Yes the power booster is on, the light is green.
I took the booster out off the ceiling and got a 12V reading on the outlet to the antenna.


----------



## Lad79der (Jul 13, 2011)

I had that black button on mine and didnt know what it was for. Good info! I never used the antenna before since we always hook up to cable.


----------



## rdvholtwood (Sep 18, 2008)

4CdnCampers said:


> Just make sure the power booster is turned on (green light where the 12V outlet is). Silly suggestion I know but it will make a HUGE difference in reception.


Yes the power booster is on, the light is green.
I took the booster out off the ceiling and got a 12V reading on the outlet to the antenna.
[/quote]

Did you make sure you were set to "Air" on the TV's setup menu?


----------



## 4CdnCampers (Apr 3, 2009)

rdvholtwood said:


> Just make sure the power booster is turned on (green light where the 12V outlet is). Silly suggestion I know but it will make a HUGE difference in reception.


Yes the power booster is on, the light is green.
I took the booster out off the ceiling and got a 12V reading on the outlet to the antenna.
[/quote]

Did you make sure you were set to "Air" on the TV's setup menu?
[/quote]

Not sure what you mean by "Air". I don't see that on the menu, but it is set to "Antenna".


----------



## thefulminator (Aug 8, 2007)

I was having antenna problems when we first got the 21RS. Pulled the booster out of the ceiling to find the antenna cable was loose.

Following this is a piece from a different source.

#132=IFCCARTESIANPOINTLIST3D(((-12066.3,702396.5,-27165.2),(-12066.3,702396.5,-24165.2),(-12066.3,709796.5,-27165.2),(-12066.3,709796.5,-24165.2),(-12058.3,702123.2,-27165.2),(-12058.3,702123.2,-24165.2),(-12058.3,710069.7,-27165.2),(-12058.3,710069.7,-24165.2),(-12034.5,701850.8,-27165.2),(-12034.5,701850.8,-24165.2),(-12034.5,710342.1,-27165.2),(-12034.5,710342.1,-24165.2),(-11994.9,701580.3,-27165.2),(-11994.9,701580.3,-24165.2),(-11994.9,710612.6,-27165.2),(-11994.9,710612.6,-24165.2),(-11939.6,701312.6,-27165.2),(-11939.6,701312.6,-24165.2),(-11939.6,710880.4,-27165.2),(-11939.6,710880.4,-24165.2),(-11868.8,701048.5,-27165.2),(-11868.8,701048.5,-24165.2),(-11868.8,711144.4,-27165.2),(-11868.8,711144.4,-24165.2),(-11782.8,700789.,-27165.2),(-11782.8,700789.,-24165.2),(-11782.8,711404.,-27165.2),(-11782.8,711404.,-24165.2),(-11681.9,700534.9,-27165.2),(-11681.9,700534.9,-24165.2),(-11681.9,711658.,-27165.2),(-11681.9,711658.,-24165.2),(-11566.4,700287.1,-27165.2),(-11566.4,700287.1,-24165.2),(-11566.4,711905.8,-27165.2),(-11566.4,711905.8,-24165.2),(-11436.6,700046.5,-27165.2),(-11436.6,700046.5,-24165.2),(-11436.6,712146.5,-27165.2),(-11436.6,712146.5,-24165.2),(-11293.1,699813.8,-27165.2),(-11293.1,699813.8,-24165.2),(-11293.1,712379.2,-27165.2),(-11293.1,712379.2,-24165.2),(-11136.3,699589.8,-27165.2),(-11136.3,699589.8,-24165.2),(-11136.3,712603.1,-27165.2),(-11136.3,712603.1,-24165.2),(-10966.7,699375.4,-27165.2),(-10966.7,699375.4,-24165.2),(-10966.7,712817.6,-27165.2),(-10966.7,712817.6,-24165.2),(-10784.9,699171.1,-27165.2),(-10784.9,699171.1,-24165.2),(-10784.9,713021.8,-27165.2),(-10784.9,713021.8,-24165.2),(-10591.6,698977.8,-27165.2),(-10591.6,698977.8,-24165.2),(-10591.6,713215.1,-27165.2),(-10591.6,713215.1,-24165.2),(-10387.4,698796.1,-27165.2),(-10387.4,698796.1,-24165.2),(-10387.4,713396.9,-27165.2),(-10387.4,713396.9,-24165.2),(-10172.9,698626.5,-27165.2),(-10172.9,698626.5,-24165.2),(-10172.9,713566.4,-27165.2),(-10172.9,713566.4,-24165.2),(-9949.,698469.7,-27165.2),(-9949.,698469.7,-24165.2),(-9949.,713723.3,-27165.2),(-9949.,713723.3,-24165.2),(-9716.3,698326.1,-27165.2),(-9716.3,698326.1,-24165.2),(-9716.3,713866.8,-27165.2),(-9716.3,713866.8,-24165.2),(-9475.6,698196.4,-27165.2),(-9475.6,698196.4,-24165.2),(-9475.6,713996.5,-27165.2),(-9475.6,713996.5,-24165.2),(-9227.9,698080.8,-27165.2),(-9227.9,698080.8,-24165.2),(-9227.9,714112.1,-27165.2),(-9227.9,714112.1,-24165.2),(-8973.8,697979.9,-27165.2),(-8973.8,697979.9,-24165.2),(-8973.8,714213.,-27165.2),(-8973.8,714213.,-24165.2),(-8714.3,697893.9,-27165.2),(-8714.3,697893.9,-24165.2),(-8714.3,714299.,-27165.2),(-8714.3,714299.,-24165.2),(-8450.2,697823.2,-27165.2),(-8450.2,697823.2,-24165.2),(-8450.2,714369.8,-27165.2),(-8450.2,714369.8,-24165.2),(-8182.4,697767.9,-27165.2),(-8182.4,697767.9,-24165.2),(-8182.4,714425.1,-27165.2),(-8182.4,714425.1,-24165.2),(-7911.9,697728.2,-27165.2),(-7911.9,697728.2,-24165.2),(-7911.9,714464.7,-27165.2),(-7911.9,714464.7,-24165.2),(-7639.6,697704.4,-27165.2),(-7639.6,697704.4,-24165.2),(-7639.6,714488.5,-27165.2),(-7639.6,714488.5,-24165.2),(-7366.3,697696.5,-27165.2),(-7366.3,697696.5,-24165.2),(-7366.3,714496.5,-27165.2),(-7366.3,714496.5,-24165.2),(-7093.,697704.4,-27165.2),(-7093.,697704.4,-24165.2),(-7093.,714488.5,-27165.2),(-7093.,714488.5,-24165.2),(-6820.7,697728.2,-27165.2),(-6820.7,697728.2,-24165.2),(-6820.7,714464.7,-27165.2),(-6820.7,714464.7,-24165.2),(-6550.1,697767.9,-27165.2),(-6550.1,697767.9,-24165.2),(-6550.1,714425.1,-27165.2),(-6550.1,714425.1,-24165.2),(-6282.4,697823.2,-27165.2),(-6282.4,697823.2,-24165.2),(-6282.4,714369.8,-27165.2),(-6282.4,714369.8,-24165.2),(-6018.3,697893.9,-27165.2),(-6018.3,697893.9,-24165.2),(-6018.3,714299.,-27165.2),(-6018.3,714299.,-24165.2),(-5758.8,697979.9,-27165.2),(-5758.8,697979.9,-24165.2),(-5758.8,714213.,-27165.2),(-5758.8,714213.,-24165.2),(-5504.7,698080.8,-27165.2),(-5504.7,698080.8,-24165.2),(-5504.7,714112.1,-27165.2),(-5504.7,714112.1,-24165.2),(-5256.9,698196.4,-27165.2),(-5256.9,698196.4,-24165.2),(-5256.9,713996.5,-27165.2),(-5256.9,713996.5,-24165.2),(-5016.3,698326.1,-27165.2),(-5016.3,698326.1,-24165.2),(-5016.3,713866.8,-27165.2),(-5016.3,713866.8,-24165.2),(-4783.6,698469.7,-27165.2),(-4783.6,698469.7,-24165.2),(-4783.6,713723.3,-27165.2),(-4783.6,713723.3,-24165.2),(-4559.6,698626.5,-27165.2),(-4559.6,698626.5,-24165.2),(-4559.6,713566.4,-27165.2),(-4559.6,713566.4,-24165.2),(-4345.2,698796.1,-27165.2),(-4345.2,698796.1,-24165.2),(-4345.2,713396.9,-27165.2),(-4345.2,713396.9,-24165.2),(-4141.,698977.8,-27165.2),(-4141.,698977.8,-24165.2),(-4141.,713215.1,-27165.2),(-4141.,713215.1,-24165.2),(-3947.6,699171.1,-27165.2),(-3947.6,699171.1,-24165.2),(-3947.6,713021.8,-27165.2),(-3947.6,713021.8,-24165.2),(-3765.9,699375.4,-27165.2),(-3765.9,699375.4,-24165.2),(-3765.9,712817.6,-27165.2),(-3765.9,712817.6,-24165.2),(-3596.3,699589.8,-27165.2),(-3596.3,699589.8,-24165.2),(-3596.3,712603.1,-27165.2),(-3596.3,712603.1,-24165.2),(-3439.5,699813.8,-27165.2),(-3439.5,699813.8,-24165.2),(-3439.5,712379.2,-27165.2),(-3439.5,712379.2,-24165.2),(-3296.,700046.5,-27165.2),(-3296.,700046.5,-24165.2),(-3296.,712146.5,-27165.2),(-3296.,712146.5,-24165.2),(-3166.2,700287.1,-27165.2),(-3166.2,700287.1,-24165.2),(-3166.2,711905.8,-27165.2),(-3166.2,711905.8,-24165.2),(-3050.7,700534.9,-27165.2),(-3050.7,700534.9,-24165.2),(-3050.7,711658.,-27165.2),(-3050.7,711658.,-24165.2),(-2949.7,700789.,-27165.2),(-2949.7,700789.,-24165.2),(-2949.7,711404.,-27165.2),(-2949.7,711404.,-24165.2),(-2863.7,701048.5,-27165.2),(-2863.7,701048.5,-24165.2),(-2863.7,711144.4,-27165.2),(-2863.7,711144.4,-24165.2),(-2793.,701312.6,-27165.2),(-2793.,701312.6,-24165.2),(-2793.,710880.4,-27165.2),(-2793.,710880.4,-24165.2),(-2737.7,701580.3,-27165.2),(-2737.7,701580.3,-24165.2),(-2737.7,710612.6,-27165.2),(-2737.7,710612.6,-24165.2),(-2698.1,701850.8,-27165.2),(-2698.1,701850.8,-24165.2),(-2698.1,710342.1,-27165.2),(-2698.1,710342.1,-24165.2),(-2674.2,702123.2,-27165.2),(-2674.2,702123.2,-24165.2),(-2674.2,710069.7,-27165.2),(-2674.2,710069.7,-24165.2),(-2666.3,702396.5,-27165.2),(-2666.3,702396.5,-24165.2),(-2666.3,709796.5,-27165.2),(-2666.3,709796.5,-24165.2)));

Tightened it up and it works now.


----------



## rdvholtwood (Sep 18, 2008)

4CdnCampers said:


> Just make sure the power booster is turned on (green light where the 12V outlet is). Silly suggestion I know but it will make a HUGE difference in reception.


Yes the power booster is on, the light is green.
I took the booster out off the ceiling and got a 12V reading on the outlet to the antenna.
[/quote]

Did you make sure you were set to "Air" on the TV's setup menu?
[/quote]

Not sure what you mean by "Air". I don't see that on the menu, but it is set to "Antenna".
[/quote]

Do you have a Legend TV in your Outback? If so, with the TV turned on, press MENU on the remote. Using the arrows on your remote, scroll down to "Channel" on the left. Using the right arrow on the remote, select "Tuner." Again, using the right and left arrows on your remote - choose - "Air" (your options will be Air or Cable).


----------



## 4CdnCampers (Apr 3, 2009)

rdvholtwood said:


> Just make sure the power booster is turned on (green light where the 12V outlet is). Silly suggestion I know but it will make a HUGE difference in reception.


Yes the power booster is on, the light is green.
I took the booster out off the ceiling and got a 12V reading on the outlet to the antenna.
[/quote]

Did you make sure you were set to "Air" on the TV's setup menu?
[/quote]

Not sure what you mean by "Air". I don't see that on the menu, but it is set to "Antenna".
[/quote]

Do you have a Legend TV in your Outback? If so, with the TV turned on, press MENU on the remote. Using the arrows on your remote, scroll down to "Channel" on the left. Using the right arrow on the remote, select "Tuner." Again, using the right and left arrows on your remote - choose - "Air" (your options will be Air or Cable).
[/quote]

We do have a Legend TV. We followed all your instructions until we got to Tuner, but our choices are Antenna or Cable. We chose Antenna. It says we can get 4 analog stations, but they are all lousy pictures.


----------



## rdvholtwood (Sep 18, 2008)

Interesting - maybe you have a different model....Well - thats the one more step you need to do when your using your antenna. Have you tried rotating the antenna around to see if that makes the picture any better?


----------



## 4CdnCampers (Apr 3, 2009)

rdvholtwood said:


> Interesting - maybe you have a different model....Well - thats the one more step you need to do when your using your antenna. Have you tried rotating the antenna around to see if that makes the picture any better?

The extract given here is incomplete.